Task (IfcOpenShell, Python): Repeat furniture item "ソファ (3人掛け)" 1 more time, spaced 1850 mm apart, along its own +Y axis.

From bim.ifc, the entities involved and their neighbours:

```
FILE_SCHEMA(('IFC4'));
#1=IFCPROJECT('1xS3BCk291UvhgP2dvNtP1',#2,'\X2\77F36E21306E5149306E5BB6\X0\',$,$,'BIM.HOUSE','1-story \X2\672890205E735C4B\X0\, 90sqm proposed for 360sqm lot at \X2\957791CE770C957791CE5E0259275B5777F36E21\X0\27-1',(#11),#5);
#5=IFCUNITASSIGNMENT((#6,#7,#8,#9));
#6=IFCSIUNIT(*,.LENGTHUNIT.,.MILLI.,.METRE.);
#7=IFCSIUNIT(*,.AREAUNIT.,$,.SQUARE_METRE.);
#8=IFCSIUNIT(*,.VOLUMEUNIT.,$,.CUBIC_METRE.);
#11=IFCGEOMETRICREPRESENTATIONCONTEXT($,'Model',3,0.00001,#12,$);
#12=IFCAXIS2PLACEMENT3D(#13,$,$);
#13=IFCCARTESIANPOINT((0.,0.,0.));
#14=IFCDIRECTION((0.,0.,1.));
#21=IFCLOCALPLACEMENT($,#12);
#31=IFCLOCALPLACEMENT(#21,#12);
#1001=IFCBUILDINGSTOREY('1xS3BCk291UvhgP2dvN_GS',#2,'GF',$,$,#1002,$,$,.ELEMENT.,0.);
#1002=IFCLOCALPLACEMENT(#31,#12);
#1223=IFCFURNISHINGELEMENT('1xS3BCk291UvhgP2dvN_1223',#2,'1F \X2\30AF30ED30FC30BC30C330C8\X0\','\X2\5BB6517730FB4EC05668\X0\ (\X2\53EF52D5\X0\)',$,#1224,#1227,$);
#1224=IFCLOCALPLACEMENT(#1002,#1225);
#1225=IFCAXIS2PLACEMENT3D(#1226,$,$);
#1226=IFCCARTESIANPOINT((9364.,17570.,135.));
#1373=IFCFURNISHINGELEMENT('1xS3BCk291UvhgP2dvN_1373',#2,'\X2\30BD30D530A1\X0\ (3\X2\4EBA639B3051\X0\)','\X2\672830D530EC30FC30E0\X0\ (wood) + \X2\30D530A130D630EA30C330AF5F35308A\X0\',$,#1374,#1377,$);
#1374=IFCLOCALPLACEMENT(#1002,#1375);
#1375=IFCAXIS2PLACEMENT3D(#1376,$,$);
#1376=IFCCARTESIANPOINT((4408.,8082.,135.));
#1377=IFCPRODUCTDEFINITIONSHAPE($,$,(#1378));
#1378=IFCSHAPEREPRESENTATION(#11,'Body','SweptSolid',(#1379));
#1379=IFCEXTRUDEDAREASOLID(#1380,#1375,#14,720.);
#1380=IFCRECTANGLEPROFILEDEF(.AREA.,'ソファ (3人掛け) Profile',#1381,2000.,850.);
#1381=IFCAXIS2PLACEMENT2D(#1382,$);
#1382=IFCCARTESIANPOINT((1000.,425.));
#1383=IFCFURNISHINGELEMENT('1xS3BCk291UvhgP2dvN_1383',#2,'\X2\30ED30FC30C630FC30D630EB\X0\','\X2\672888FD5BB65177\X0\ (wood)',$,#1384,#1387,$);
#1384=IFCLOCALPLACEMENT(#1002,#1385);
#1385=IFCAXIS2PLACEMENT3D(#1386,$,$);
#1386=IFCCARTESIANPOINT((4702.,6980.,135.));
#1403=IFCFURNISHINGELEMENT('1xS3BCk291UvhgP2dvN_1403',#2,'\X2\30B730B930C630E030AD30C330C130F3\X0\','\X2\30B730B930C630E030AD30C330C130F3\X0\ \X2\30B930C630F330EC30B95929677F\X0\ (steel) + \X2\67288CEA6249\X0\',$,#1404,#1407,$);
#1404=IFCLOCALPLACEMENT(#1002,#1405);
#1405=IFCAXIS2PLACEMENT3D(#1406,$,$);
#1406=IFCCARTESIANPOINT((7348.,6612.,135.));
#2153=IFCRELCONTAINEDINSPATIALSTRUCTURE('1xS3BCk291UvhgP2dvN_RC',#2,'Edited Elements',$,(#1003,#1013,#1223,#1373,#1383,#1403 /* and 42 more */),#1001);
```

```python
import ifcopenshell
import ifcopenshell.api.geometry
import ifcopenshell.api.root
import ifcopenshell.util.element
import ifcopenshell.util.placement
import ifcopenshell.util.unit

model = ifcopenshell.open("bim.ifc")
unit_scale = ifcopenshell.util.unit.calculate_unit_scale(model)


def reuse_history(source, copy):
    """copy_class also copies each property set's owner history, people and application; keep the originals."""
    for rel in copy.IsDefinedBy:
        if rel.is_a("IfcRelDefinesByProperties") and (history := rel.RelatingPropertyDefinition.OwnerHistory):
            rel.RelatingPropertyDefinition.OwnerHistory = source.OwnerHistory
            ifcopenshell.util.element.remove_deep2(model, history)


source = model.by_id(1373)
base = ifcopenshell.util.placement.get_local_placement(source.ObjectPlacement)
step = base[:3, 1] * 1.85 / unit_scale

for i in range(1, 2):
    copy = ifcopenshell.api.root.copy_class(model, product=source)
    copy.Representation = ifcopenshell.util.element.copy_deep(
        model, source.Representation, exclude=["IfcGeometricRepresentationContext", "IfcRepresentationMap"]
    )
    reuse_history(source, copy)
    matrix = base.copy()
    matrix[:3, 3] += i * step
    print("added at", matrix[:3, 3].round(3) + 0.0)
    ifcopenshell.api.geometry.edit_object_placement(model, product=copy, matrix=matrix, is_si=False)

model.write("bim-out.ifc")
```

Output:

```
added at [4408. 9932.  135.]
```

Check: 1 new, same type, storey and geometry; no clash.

****

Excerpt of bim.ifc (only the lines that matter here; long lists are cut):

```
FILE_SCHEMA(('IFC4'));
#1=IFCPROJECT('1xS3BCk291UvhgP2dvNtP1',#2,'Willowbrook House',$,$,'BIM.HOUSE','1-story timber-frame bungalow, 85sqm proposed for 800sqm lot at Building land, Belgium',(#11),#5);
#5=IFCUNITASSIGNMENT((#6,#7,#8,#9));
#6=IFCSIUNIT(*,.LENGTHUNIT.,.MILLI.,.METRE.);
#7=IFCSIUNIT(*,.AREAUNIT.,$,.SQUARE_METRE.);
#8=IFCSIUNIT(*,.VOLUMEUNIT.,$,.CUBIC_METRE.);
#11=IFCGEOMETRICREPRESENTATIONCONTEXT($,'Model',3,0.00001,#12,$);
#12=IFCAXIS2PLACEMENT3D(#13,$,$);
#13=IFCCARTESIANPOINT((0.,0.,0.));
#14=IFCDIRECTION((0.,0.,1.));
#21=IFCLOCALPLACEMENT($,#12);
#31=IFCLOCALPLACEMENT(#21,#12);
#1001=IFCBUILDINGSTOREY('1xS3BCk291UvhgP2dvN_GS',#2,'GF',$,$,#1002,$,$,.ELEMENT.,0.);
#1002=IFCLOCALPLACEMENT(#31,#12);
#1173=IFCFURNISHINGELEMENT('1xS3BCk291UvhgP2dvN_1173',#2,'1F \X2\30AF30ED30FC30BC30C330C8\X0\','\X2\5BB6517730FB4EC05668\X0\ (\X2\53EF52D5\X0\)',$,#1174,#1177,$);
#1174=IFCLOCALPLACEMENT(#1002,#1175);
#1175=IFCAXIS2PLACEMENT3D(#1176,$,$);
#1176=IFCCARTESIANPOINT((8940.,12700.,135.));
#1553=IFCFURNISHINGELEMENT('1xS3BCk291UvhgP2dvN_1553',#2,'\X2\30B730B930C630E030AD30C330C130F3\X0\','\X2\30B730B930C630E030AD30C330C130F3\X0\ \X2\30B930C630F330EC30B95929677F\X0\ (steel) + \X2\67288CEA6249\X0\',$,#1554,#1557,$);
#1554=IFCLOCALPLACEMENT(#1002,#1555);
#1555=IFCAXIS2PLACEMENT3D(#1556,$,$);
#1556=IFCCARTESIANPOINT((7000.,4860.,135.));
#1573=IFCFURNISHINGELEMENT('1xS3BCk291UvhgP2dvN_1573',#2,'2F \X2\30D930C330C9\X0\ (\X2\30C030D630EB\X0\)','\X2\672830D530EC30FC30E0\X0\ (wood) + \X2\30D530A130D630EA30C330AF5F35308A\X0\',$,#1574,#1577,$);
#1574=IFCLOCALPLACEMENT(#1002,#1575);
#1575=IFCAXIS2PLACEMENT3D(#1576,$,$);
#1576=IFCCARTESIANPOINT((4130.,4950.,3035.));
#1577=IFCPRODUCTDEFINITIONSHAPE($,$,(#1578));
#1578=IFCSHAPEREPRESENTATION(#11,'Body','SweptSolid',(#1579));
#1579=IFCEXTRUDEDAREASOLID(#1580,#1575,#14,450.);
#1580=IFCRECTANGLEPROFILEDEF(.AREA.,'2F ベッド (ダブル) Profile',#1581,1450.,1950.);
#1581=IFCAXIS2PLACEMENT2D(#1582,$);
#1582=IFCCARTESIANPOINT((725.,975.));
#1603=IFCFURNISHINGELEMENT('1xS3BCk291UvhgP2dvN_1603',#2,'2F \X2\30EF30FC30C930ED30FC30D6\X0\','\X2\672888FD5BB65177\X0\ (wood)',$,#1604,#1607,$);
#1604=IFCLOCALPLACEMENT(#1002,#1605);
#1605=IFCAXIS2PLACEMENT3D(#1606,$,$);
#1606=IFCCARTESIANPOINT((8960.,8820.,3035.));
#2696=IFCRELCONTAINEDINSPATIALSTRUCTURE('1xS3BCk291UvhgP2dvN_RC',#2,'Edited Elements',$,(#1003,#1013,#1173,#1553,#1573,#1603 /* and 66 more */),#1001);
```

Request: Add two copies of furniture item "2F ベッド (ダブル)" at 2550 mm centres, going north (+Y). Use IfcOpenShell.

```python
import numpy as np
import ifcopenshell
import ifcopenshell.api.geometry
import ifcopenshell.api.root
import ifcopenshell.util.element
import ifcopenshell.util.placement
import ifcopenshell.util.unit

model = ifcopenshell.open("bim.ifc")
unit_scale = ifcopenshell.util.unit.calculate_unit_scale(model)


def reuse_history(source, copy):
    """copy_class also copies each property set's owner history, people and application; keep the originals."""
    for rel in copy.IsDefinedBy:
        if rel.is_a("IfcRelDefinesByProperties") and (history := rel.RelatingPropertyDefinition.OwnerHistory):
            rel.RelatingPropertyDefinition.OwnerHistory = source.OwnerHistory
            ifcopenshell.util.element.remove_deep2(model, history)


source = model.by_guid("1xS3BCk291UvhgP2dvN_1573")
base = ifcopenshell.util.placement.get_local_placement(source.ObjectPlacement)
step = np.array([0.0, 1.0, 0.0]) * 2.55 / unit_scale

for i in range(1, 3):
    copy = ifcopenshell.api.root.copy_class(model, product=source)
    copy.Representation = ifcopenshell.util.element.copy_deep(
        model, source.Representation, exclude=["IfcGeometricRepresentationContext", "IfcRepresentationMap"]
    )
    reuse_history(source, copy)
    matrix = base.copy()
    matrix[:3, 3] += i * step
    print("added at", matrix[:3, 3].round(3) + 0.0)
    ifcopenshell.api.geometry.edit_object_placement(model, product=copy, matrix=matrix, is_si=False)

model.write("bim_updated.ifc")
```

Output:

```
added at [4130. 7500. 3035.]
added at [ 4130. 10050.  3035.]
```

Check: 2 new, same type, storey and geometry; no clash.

****

Problem requirements. Find the lines above that contain the word "IFCCARTESIANPOINT" and collect them.

Result of the exercise.
#13=IFCCARTESIANPOINT((0.,0.,0.));
#1226=IFCCARTESIANPOINT((9364.,17570.,135.));
#1376=IFCCARTESIANPOINT((4408.,8082.,135.));
#1382=IFCCARTESIANPOINT((1000.,425.));
#1386=IFCCARTESIANPOINT((4702.,6980.,135.));
#1406=IFCCARTESIANPOINT((7348.,6612.,135.));
#13=IFCCARTESIANPOINT((0.,0.,0.));
#1176=IFCCARTESIANPOINT((8940.,12700.,135.));
#1556=IFCCARTESIANPOINT((7000.,4860.,135.));
#1576=IFCCARTESIANPOINT((4130.,4950.,3035.));
#1582=IFCCARTESIANPOINT((725.,975.));
#1606=IFCCARTESIANPOINT((8960.,8820.,3035.));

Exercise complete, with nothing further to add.